The work of the Institute began in Baltimore, the first house being opened in 1890. The Very Reverend Provincial of the Josephites, feeling the need of Sisters to help him in the missionary labors of the Society, found a few ladies who desired to devote themselves to the work, and, after usual probation, gave them the habit and later allowed them to pronounce the simple vows of religion, he being appointed their Ecclesiastical Superior.
Then began the life which they now live. The work was missionary and catechetical. The Sisters had catechism classes at the convent, which was then one house in the row of five which they now occupy; they also had sewing classes in the evening; they went about the various hospitals and charitable and penal institutions, looking up Catholic Negroes who needed instruction or encouragement to attend their religious duties; and visited their poor homes to prepare the sick for the sacraments, or to rescue children from vicious surroundings. As the community grew larger the missionary work broadened out and took in the needy of all nationalities. It was at this time that the Sisters began going into the country to teach catechism in the rural churches. An immense amount of good has been done in this way and much needed assistance given to the Reverend Pastors, as many of them testify.
In 1897, His Eminence, Cardinal Gibbons, moved by the needs of the Catholic deaf mutes, placed this work in the charge of the Institute. A school and home was opened for them, the only one in the Baltimore Province. Houses have since been opened in Trenton, N.J., New York City, and in San Juan, Santurce, and San Juan, Puerto Rico. The active work of the Institute, as outlined by the Constitutions, embraces the keeping of industrial schools for indigent girls, schools for deaf mutes, and day nurseries; teaching catechism and giving religious instruction wherever needed; visiting the poor in their own homes, and in institutions, such as alms-houses and hospitals, and preparing the dying for the last sacraments.

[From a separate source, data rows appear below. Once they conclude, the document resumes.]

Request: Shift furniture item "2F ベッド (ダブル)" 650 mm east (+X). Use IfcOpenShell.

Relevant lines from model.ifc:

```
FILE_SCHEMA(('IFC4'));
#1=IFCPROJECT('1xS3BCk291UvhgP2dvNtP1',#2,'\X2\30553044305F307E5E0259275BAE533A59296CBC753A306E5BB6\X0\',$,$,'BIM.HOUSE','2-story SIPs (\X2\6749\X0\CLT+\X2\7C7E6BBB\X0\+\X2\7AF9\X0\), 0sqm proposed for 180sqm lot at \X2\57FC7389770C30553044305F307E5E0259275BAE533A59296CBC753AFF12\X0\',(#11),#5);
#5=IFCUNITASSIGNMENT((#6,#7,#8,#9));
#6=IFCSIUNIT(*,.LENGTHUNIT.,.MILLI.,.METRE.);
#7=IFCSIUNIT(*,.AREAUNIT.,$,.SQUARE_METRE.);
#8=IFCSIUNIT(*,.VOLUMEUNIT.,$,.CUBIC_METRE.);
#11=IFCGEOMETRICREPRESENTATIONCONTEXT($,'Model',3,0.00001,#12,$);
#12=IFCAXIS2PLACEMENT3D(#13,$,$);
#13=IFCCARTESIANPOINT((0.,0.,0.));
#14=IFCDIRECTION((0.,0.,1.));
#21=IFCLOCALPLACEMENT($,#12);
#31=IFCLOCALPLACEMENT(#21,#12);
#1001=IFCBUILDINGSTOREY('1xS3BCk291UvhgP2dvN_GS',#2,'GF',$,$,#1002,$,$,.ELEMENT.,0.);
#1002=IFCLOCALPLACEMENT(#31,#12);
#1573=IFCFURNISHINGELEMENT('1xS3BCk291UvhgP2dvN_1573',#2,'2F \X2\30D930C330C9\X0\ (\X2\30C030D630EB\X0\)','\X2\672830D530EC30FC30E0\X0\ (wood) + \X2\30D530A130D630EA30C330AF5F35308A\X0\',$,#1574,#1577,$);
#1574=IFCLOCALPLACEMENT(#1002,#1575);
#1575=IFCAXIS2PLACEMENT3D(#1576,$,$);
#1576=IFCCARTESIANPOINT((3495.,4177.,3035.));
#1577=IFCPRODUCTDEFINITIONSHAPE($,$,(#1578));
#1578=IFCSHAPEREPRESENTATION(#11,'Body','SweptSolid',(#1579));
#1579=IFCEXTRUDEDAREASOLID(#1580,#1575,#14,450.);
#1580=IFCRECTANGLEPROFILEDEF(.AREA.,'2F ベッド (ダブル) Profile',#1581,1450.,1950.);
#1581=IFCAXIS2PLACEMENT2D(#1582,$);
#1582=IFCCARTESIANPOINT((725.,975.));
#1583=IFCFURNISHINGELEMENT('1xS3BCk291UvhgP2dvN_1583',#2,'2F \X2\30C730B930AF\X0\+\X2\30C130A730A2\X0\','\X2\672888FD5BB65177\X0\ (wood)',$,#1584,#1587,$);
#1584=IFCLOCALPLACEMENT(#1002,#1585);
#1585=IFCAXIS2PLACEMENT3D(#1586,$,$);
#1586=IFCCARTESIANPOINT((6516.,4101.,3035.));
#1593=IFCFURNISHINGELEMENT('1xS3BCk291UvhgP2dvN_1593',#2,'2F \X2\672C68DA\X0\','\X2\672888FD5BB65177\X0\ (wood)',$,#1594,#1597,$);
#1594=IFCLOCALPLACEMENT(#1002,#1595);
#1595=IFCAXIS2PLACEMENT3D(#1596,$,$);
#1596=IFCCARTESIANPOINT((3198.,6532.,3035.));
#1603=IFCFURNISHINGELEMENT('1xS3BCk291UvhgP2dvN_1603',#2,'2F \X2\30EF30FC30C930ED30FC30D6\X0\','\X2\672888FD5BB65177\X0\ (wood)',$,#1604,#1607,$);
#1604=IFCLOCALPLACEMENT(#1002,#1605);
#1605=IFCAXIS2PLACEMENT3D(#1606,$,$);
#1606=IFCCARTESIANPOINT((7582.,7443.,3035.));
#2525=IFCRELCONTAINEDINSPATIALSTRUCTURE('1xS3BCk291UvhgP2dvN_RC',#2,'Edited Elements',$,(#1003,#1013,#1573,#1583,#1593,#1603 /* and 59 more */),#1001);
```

```python
import ifcopenshell
import ifcopenshell.api.geometry
import ifcopenshell.util.placement
import ifcopenshell.util.unit

model = ifcopenshell.open("model.ifc")
unit_scale = ifcopenshell.util.unit.calculate_unit_scale(model)

item = model.by_guid("1xS3BCk291UvhgP2dvN_1573")
matrix = ifcopenshell.util.placement.get_local_placement(item.ObjectPlacement)
matrix[0, 3] += 0.65 / unit_scale
ifcopenshell.api.geometry.edit_object_placement(model, product=item, matrix=matrix, is_si=False)

print(ifcopenshell.util.placement.get_local_placement(item.ObjectPlacement).round(3) + 0.0)

model.write("model_updated.ifc")
```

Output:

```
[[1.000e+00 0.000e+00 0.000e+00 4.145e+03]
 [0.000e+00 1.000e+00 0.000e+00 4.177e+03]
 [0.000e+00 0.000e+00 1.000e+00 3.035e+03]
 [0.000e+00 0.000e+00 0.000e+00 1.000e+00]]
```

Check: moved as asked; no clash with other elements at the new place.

That there is great need for the work of the Institute is amply evidenced by the many urgent entreaties received from bishops and priests to make foundations. But, alas! The laborers destined for it—the Mission Helpers of the Sacred Heart—are few. May the Lord of the harvest send them subjects to do His blessed work!
Elinor Tong Dehey, ed., Religious Orders of Women in the United States (Indiana: W.B. Conkey, 1913), 295-298.